### Work required
Do any lines in the data below contain "Plan"? If so, copy every one of them.

Dataset extract below:

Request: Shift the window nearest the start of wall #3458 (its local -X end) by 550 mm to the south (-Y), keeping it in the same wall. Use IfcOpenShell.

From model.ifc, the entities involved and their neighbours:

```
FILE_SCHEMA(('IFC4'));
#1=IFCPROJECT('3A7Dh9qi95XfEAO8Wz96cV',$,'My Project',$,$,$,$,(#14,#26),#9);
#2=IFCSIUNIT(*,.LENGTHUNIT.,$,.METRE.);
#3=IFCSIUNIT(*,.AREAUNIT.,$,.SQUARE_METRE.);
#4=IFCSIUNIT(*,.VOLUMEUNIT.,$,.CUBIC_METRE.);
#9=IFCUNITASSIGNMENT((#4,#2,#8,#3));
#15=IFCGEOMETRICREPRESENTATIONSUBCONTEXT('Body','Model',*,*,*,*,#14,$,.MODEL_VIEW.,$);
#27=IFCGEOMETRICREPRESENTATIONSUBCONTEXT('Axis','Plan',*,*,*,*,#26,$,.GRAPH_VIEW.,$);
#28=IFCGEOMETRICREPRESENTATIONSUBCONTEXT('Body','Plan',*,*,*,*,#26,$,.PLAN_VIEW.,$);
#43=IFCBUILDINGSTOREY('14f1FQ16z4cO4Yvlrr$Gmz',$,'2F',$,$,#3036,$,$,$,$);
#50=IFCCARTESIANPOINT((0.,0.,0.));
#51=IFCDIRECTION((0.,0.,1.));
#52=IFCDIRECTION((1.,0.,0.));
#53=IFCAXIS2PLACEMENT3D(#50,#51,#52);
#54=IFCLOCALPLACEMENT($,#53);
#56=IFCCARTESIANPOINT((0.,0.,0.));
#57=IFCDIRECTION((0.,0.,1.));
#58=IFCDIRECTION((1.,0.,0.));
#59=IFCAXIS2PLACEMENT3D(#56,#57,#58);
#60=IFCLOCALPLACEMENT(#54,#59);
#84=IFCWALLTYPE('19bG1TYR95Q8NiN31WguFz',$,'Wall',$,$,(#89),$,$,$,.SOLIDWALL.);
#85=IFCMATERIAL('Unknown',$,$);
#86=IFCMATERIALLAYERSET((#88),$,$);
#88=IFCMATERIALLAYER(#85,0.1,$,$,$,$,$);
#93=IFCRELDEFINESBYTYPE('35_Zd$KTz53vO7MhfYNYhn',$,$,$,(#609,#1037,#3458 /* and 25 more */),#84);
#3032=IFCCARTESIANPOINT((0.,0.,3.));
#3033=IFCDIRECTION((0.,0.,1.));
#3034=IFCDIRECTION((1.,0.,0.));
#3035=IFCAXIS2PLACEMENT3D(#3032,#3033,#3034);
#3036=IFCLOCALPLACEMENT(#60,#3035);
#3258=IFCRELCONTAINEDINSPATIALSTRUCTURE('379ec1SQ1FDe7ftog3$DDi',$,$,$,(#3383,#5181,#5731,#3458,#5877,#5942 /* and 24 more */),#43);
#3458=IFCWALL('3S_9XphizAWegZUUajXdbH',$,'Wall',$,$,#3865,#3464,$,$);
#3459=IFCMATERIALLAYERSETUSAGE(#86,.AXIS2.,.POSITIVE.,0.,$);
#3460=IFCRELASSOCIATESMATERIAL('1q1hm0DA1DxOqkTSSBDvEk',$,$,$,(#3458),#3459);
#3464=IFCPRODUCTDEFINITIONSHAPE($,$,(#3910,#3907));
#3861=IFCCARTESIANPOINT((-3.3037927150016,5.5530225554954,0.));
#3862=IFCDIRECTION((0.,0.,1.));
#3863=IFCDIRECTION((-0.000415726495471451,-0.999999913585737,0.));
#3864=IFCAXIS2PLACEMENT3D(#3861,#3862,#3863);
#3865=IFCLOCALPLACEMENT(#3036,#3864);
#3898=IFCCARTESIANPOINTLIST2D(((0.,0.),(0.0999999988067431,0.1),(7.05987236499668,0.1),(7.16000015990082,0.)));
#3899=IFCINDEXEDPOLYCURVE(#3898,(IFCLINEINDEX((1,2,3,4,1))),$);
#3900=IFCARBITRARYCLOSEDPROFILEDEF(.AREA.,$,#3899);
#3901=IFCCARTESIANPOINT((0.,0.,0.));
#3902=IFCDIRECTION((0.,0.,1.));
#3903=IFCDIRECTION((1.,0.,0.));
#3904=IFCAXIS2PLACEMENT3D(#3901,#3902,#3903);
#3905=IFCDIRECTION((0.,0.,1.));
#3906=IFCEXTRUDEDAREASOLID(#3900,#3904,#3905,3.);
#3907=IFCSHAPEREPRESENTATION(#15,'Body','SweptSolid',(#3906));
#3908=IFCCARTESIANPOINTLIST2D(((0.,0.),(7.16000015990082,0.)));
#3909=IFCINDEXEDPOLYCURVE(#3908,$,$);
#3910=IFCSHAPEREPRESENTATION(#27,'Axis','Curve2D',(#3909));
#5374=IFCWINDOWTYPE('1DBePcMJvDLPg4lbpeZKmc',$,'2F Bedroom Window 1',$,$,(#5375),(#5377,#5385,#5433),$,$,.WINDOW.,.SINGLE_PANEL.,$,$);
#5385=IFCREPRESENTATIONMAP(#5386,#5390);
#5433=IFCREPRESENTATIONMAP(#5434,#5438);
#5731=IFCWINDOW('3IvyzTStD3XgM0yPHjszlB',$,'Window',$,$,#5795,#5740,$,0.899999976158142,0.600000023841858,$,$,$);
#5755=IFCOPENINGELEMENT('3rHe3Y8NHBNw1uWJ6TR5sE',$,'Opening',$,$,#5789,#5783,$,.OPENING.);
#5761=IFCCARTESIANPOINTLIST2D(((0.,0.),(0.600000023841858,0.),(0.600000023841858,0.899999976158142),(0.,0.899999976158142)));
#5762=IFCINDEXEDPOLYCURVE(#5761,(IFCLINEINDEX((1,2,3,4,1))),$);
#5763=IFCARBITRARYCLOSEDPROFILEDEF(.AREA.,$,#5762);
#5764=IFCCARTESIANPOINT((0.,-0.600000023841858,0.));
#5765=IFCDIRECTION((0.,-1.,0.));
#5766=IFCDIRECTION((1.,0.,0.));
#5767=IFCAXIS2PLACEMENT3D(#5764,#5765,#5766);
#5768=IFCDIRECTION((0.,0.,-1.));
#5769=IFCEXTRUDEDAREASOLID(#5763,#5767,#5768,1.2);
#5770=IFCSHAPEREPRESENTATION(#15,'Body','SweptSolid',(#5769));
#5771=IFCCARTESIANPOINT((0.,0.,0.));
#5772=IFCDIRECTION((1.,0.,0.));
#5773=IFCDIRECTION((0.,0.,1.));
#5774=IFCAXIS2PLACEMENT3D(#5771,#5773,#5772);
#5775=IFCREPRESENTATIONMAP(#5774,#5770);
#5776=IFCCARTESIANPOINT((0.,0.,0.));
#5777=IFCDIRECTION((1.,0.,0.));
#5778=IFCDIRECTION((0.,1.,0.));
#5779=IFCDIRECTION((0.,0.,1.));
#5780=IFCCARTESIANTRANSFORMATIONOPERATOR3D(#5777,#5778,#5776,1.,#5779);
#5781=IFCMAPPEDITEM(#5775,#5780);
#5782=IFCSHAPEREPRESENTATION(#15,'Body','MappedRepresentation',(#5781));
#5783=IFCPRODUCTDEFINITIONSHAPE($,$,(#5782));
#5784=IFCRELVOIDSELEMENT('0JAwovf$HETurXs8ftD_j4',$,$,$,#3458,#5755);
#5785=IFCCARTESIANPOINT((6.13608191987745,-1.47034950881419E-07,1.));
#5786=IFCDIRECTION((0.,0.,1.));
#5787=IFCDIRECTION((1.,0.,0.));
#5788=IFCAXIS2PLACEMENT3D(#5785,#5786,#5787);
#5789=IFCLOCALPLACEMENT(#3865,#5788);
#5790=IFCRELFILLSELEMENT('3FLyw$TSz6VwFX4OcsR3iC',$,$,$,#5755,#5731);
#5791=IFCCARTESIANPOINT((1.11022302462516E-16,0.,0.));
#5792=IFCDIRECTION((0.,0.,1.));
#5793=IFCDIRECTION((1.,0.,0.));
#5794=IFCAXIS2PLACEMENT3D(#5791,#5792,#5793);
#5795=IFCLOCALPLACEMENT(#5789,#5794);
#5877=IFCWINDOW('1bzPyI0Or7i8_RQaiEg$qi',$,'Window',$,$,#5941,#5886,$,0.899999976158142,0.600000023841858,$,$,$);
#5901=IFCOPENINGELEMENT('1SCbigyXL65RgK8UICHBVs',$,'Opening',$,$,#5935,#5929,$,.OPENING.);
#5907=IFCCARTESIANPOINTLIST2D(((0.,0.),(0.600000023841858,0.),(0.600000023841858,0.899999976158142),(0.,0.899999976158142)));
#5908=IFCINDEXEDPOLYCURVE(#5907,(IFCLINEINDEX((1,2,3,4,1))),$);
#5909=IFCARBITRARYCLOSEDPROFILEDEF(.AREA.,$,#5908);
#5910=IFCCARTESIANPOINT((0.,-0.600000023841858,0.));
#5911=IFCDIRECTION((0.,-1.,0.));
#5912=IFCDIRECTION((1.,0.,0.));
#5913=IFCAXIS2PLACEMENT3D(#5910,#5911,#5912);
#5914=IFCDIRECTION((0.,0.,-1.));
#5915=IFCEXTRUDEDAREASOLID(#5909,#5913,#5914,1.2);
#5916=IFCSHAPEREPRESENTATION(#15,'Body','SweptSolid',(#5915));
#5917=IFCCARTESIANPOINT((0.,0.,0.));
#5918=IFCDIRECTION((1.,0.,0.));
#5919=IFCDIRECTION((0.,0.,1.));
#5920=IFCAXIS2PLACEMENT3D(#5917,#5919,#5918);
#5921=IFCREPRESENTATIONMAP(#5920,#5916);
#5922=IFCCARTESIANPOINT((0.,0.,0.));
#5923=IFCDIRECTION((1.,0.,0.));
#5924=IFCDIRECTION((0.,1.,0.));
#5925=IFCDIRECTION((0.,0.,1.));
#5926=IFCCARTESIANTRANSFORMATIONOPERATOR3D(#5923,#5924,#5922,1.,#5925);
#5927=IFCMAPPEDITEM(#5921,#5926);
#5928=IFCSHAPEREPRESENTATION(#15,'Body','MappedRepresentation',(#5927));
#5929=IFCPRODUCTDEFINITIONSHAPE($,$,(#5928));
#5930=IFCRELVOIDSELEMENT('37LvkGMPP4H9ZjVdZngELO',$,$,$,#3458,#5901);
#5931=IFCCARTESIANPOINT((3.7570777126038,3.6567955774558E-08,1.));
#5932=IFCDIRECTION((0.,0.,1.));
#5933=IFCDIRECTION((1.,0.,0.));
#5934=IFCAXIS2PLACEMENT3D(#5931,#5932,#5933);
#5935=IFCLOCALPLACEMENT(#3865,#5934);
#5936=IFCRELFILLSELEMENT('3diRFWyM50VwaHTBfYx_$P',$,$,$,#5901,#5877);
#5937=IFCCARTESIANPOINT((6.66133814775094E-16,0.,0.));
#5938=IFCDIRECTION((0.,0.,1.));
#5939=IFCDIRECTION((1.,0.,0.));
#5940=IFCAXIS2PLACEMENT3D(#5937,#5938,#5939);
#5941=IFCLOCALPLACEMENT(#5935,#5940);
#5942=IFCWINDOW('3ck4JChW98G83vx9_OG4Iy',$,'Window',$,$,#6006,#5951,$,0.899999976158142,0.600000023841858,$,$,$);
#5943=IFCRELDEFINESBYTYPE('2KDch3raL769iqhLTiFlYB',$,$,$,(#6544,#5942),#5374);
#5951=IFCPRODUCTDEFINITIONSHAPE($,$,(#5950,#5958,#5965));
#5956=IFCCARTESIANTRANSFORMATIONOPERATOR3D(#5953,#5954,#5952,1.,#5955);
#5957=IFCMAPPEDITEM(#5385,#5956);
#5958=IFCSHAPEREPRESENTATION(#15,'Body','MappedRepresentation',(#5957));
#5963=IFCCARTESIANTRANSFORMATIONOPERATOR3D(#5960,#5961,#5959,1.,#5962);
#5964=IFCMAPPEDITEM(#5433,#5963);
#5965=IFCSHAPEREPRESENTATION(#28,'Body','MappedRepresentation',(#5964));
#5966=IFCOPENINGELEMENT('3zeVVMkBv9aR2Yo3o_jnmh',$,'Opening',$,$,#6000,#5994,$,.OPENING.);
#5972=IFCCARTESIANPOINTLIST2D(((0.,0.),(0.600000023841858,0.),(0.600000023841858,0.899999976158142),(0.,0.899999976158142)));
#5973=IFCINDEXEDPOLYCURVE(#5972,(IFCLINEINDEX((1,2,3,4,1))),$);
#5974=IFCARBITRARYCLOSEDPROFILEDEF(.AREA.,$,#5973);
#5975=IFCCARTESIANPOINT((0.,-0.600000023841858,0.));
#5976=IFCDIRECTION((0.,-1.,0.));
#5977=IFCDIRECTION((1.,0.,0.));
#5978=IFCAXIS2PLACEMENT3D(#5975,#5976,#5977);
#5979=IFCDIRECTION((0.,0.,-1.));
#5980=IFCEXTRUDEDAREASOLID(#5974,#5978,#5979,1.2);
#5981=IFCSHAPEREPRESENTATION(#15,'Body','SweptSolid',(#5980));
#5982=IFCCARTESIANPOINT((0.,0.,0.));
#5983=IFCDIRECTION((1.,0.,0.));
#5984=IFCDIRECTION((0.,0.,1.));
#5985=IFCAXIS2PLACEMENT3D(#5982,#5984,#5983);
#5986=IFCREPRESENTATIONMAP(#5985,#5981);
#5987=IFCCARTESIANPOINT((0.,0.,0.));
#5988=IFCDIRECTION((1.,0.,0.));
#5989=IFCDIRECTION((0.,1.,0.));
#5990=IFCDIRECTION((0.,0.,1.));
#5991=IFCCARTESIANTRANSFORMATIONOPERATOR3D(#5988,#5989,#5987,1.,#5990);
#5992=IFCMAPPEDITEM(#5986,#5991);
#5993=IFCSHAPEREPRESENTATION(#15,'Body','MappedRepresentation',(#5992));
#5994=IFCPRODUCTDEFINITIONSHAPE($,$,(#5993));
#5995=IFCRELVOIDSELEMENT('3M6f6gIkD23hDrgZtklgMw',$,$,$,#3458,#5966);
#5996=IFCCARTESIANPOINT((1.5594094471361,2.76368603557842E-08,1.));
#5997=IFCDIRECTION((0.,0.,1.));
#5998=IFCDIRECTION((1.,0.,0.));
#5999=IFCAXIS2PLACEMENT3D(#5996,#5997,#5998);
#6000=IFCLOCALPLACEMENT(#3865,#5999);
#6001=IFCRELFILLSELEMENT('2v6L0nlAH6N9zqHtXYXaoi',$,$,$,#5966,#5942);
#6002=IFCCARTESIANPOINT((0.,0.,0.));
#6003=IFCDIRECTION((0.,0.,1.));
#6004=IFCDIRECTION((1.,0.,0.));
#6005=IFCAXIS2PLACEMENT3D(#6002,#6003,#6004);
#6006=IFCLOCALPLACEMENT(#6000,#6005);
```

```python
import ifcopenshell
import ifcopenshell.api.geometry
import ifcopenshell.util.placement
import ifcopenshell.util.unit

model = ifcopenshell.open("model.ifc")
unit_scale = ifcopenshell.util.unit.calculate_unit_scale(model)

window = model.by_guid("3ck4JChW98G83vx9_OG4Iy")
opening = window.FillsVoids[0].RelatingOpeningElement
wall = opening.VoidsElements[0].RelatingBuildingElement

wall_matrix = ifcopenshell.util.placement.get_local_placement(wall.ObjectPlacement)
shift = wall_matrix[:3, 0] * 0.55 / unit_scale
before = ifcopenshell.util.placement.get_local_placement(window.ObjectPlacement)[:3, 3].copy()

# The window is placed relative to its opening, so it follows when the opening moves.
matrix = ifcopenshell.util.placement.get_local_placement(opening.ObjectPlacement)
matrix[:3, 3] += shift
ifcopenshell.api.geometry.edit_object_placement(
    model, product=opening, matrix=matrix, is_si=False, should_transform_children=True
)

after = ifcopenshell.util.placement.get_local_placement(window.ObjectPlacement)[:3, 3]
print("window moved by", (after - before).round(3) + 0.0)

model.write("model_v2.ifc")
```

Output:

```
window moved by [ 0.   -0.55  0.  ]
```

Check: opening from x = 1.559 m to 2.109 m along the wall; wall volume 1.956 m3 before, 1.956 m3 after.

End of Dataset extract.

### Solution for this exercise
#27=IFCGEOMETRICREPRESENTATIONSUBCONTEXT('Axis','Plan',*,*,*,*,#26,$,.GRAPH_VIEW.,$);
#28=IFCGEOMETRICREPRESENTATIONSUBCONTEXT('Body','Plan',*,*,*,*,#26,$,.PLAN_VIEW.,$);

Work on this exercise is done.